Meski terjaring secara tidak sengaja, Mansur mengaku tidak merasa keberatan. Kesibukan sehari-hari membuatnya sering menunda kunjungan ke kantor Samsat untuk membayar pajak kendaraannya. Namun, kehadiran mobil Samsat Keliling di lokasi justru memudahkan Mansur melunasi tunggakan pajaknya selama satu tahun sebesar Rp2.493.000.
”Alhamdulillah sangat terbantu. Biasanya saya pakai biro jasa, tapi karena ini ada program di jalan dan bisa langsung bayar di tempat, ya saya bayar. Kalau nggak ada razia begini, mungkin belum perpanjang pajak sampai sekarang,” tambahnya.
Sementara itu, Kasubid Penagihan Bapenda Kabupaten Bekasi, Bambang Priyanto, menjelaskan bahwa pihaknya lebih menekankan edukasi dibandingkan sanksi berat bagi mereka yang menunggak pajak.
”Pengendara yang terjaring operasi kita arahkan kita lihat dulu sudah membayar pajak atau belum. Kalau belum membayar nanti kita berikan notice untuk diurus di Samsat,” ujarnya.
“Notice ini dibawa si wajib pajak untuk diurus ke Samsat, kita tidak menahan STNK. Warga yang tidak bawa BPKB atau uang saat itu, tinggal bawa surat notice tersebut ke kantor Samsat nanti,” jelas Bambang.
Langkah persuasif ini sekaligus untuk mengejar target pendapatan daerah dengan skema bagi hasil 60 persen untuk kabupaten dan 40 persen untuk provinsi. Selain operasi di jalan raya, Bapenda juga melakukan operasi khusus ke perusahaan-perusahaan untuk menyisir angkutan umum dan bus karyawan. Kegiatan ini rutin digelar sebulan sekali.
“Kadang masyarakat kalau tidak ditindak dari sekarang, biasanya ada alasan jauh atau sebagainya. Dengan operasi di lokasi umum, mudah-mudahan kendaraan yang lewat bisa kita tarik. Operasi khusus ke perusahaan fokus pada kendaraan-kendaraan seperti bus karyawan atau angkutan umum,” ujar Bambang.

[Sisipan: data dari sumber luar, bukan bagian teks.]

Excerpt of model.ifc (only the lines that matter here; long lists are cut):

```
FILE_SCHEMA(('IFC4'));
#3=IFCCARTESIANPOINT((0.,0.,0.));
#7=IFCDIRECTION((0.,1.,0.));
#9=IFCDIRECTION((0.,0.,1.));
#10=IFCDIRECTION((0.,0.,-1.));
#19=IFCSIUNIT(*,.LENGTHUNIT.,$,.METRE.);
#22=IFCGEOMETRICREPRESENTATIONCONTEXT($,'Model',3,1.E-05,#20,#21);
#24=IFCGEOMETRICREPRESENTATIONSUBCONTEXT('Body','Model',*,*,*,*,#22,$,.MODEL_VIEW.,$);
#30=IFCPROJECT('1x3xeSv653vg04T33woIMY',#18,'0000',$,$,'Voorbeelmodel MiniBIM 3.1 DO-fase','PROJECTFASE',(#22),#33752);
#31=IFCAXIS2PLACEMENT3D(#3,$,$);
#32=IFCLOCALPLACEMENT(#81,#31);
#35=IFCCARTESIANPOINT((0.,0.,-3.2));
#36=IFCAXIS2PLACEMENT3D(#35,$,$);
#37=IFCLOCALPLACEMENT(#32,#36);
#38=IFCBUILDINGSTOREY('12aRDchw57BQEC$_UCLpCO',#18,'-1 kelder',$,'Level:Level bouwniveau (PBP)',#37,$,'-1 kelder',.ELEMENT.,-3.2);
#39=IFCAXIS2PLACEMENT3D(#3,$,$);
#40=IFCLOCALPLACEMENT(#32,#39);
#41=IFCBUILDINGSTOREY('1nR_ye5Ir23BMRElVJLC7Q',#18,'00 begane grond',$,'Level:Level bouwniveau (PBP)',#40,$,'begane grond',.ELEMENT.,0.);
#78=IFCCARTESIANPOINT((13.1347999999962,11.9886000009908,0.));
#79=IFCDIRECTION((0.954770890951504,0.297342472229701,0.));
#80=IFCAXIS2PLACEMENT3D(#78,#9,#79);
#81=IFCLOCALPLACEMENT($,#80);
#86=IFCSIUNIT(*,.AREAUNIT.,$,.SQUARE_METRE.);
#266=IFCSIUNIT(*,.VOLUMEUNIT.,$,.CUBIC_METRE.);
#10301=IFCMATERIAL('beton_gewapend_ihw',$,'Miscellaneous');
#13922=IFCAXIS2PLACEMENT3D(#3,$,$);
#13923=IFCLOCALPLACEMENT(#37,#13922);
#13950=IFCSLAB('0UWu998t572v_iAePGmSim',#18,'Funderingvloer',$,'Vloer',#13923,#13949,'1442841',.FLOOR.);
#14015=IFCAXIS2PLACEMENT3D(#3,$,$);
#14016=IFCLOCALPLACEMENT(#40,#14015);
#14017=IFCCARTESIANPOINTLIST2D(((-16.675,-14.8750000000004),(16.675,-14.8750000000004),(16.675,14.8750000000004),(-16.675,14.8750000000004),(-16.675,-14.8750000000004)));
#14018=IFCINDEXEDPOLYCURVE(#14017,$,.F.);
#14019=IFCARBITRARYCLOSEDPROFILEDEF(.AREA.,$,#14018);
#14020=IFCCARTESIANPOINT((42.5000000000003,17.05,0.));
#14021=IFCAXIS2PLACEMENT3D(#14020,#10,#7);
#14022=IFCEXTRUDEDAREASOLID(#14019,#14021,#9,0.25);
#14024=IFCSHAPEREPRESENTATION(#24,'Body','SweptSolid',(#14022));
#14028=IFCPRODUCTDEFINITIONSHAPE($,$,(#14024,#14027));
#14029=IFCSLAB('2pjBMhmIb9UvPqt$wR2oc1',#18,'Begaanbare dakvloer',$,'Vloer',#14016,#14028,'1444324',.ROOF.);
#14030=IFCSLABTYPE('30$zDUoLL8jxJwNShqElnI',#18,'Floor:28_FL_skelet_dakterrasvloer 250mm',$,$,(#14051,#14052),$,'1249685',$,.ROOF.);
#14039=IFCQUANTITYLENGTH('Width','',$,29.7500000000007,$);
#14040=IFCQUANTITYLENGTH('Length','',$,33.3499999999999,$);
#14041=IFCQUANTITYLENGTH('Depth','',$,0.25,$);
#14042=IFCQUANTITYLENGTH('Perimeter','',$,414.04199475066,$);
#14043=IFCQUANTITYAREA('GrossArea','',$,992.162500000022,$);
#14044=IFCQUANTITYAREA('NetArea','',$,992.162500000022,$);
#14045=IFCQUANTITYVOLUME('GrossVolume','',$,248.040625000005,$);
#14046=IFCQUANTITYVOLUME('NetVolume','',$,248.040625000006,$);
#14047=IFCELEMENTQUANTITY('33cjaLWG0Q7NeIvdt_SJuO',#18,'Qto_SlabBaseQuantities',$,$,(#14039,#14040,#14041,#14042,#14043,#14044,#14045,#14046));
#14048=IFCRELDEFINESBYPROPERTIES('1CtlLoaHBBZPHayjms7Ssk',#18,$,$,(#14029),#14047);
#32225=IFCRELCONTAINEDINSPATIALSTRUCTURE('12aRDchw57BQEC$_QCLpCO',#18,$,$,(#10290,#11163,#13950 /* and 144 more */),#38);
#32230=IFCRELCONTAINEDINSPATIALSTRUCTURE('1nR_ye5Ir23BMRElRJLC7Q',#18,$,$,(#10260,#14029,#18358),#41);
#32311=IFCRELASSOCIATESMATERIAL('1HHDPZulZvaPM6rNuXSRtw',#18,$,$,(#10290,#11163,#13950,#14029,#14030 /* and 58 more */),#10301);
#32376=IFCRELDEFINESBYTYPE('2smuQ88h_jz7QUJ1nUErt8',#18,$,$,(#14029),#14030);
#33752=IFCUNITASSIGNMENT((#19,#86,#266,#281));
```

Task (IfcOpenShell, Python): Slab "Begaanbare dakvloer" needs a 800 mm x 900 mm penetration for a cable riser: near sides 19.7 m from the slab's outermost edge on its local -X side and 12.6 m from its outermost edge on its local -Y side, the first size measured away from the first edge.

```python
import numpy as np
import ifcopenshell
import ifcopenshell.api.feature
import ifcopenshell.api.geometry
import ifcopenshell.api.pset
import ifcopenshell.api.root
import ifcopenshell.geom
import ifcopenshell.util.element
import ifcopenshell.util.placement
import ifcopenshell.util.representation
import ifcopenshell.util.shape
import ifcopenshell.util.unit

model = ifcopenshell.open("model.ifc")
unit_scale = ifcopenshell.util.unit.calculate_unit_scale(model)
area_scale = ifcopenshell.util.unit.calculate_unit_scale(model, "AREAUNIT")
volume_scale = ifcopenshell.util.unit.calculate_unit_scale(model, "VOLUMEUNIT")
settings = ifcopenshell.geom.settings()


def volume(element):
    """Net volume in cubic metres, openings subtracted."""
    shape = ifcopenshell.geom.create_shape(settings, element)
    return ifcopenshell.util.shape.get_volume(shape.geometry)


slab = model.by_guid("2pjBMhmIb9UvPqt$wR2oc1")
before = volume(slab)

# Extent in the slab's own axes, in metres. The edges named are its -X and -Y sides.
slab_shape = ifcopenshell.geom.create_shape(settings, slab)
vertices = ifcopenshell.util.shape.get_vertices(slab_shape.geometry)
x_min, y_min, bottom = vertices.min(axis=0)
top = vertices[:, 2].max()

opening = ifcopenshell.api.root.create_entity(model, ifc_class="IfcOpeningElement", name="Cable riser opening", predefined_type="OPENING")
context = ifcopenshell.util.representation.get_context(model, "Model", "Body", "MODEL_VIEW")
width, depth = 0.8, 0.9
outline = [(0.0, 0.0), (width, 0.0), (width, depth), (0.0, depth), (0.0, 0.0)]
# Overshoot both faces by 50 mm so the cut is clean.
shape = ifcopenshell.api.geometry.add_slab_representation(
    model, context=context, depth=top - bottom + 0.1, polyline=outline
)
ifcopenshell.api.geometry.assign_representation(model, product=opening, representation=shape)

matrix = ifcopenshell.util.placement.get_local_placement(slab.ObjectPlacement)
matrix[:, 3] = matrix @ np.append(np.array([x_min + 19.7, y_min + 12.6, bottom - 0.05]) / unit_scale, 1.0)
ifcopenshell.api.geometry.edit_object_placement(model, product=opening, matrix=matrix, is_si=False)
ifcopenshell.api.feature.add_feature(model, feature=opening, element=slab)

after = volume(slab)

# Update the slab's stored quantities.
qto = model.by_id(ifcopenshell.util.element.get_pset(slab, "Qto_SlabBaseQuantities", should_inherit=False)["id"])
ifcopenshell.api.pset.edit_qto(model, qto=qto, properties={
    "NetArea": after / (top - bottom) / area_scale,
    "NetVolume": after / volume_scale,
})

print(f"slab volume {before:.3f} -> {after:.3f} m3")

model.write("model-out.ifc")
```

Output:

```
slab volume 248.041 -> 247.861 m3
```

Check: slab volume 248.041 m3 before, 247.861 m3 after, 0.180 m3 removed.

Selain pajak kendaraan, operasi gabungan ini juga menindak pengendara yang tidak membawa kelengkapan surat atau tidak memakai helm. Kanit Turjawali Polres Metro Bekasi, Iptu Kambon, menyebutkan pihaknya melakukan tindakan berupa dua tilang manual dan 10 teguran.
”Dari Satlantas kita menindak apabila tidak dilengkapi surat-surat, mengenakan helm dan lainnya. Kita lakukan penindakan dgn tilang. Yang kita tilang manual ada dua dan 10 tilang teguran,” tutup Kambon. (ris)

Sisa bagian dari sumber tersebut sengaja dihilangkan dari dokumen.